* What is needed:
Each record should be given back exactly, with none missing.

Task data Block Start

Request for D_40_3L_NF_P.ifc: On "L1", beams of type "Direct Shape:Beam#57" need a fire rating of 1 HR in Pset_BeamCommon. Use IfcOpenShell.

First a look at what the model holds.

```python
import ifcopenshell
import ifcopenshell.util.element

model = ifcopenshell.open("D_40_3L_NF_P.ifc")
print(model.schema)
storey = next(s for s in model.by_type("IfcBuildingStorey") if s.Name == "L1")
beams = [e for e in ifcopenshell.util.element.get_decomposition(storey) if e.is_a("IfcBeam")]
seen = {}
for e in beams:
    element_type = ifcopenshell.util.element.get_type(e)
    key = (element_type.Name if element_type != e and element_type else None, ifcopenshell.util.element.get_pset(e, "Pset_BeamCommon", "FireRating"))
    seen[key] = seen.get(key, 0) + 1
for (name, value), count in sorted(seen.items(), key=str):
    print(count, "x", name, "|", value)
```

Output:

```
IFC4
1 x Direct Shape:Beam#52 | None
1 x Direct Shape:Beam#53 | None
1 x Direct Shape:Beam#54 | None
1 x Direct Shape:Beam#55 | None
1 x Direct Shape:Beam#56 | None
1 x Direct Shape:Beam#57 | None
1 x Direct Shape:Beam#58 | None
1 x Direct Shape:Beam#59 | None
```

```python
import ifcopenshell
import ifcopenshell.api.pset
import ifcopenshell.util.element

model = ifcopenshell.open("D_40_3L_NF_P.ifc")

storey = next(s for s in model.by_type("IfcBuildingStorey") if s.Name == "L1")
beams = [e for e in ifcopenshell.util.element.get_decomposition(storey) if e.is_a("IfcBeam")]

count = 0
for e in beams:
    element_type = ifcopenshell.util.element.get_type(e)
    if element_type in (None, e) or element_type.Name != "Direct Shape:Beam#57":
        continue
    # add_pset returns the element's existing set when there is one.
    pset = ifcopenshell.api.pset.add_pset(model, product=e, name="Pset_BeamCommon")
    ifcopenshell.api.pset.edit_pset(model, pset=pset, properties={"FireRating": "1 HR"})
    count += 1

print(count, "beams updated")

model.write("D_40_3L_NF_P_updated.ifc")
```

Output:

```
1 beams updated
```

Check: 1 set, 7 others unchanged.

Task data Block End

* Result for this exercise:
Request for D_40_3L_NF_P.ifc: On "L1", beams of type "Direct Shape:Beam#57" need a fire rating of 1 HR in Pset_BeamCommon. Use IfcOpenShell.

First a look at what the model holds.

```python
import ifcopenshell
import ifcopenshell.util.element

model = ifcopenshell.open("D_40_3L_NF_P.ifc")
print(model.schema)
storey = next(s for s in model.by_type("IfcBuildingStorey") if s.Name == "L1")
beams = [e for e in ifcopenshell.util.element.get_decomposition(storey) if e.is_a("IfcBeam")]
seen = {}
for e in beams:
    element_type = ifcopenshell.util.element.get_type(e)
    key = (element_type.Name if element_type != e and element_type else None, ifcopenshell.util.element.get_pset(e, "Pset_BeamCommon", "FireRating"))
    seen[key] = seen.get(key, 0) + 1
for (name, value), count in sorted(seen.items(), key=str):
    print(count, "x", name, "|", value)
```

Output:

```
IFC4
1 x Direct Shape:Beam#52 | None
1 x Direct Shape:Beam#53 | None
1 x Direct Shape:Beam#54 | None
1 x Direct Shape:Beam#55 | None
1 x Direct Shape:Beam#56 | None
1 x Direct Shape:Beam#57 | None
1 x Direct Shape:Beam#58 | None
1 x Direct Shape:Beam#59 | None
```

```python
import ifcopenshell
import ifcopenshell.api.pset
import ifcopenshell.util.element

model = ifcopenshell.open("D_40_3L_NF_P.ifc")

storey = next(s for s in model.by_type("IfcBuildingStorey") if s.Name == "L1")
beams = [e for e in ifcopenshell.util.element.get_decomposition(storey) if e.is_a("IfcBeam")]

count = 0
for e in beams:
    element_type = ifcopenshell.util.element.get_type(e)
    if element_type in (None, e) or element_type.Name != "Direct Shape:Beam#57":
        continue
    # add_pset returns the element's existing set when there is one.
    pset = ifcopenshell.api.pset.add_pset(model, product=e, name="Pset_BeamCommon")
    ifcopenshell.api.pset.edit_pset(model, pset=pset, properties={"FireRating": "1 HR"})
    count += 1

print(count, "beams updated")

model.write("D_40_3L_NF_P_updated.ifc")
```

Output:

```
1 beams updated
```

Check: 1 set, 7 others unchanged.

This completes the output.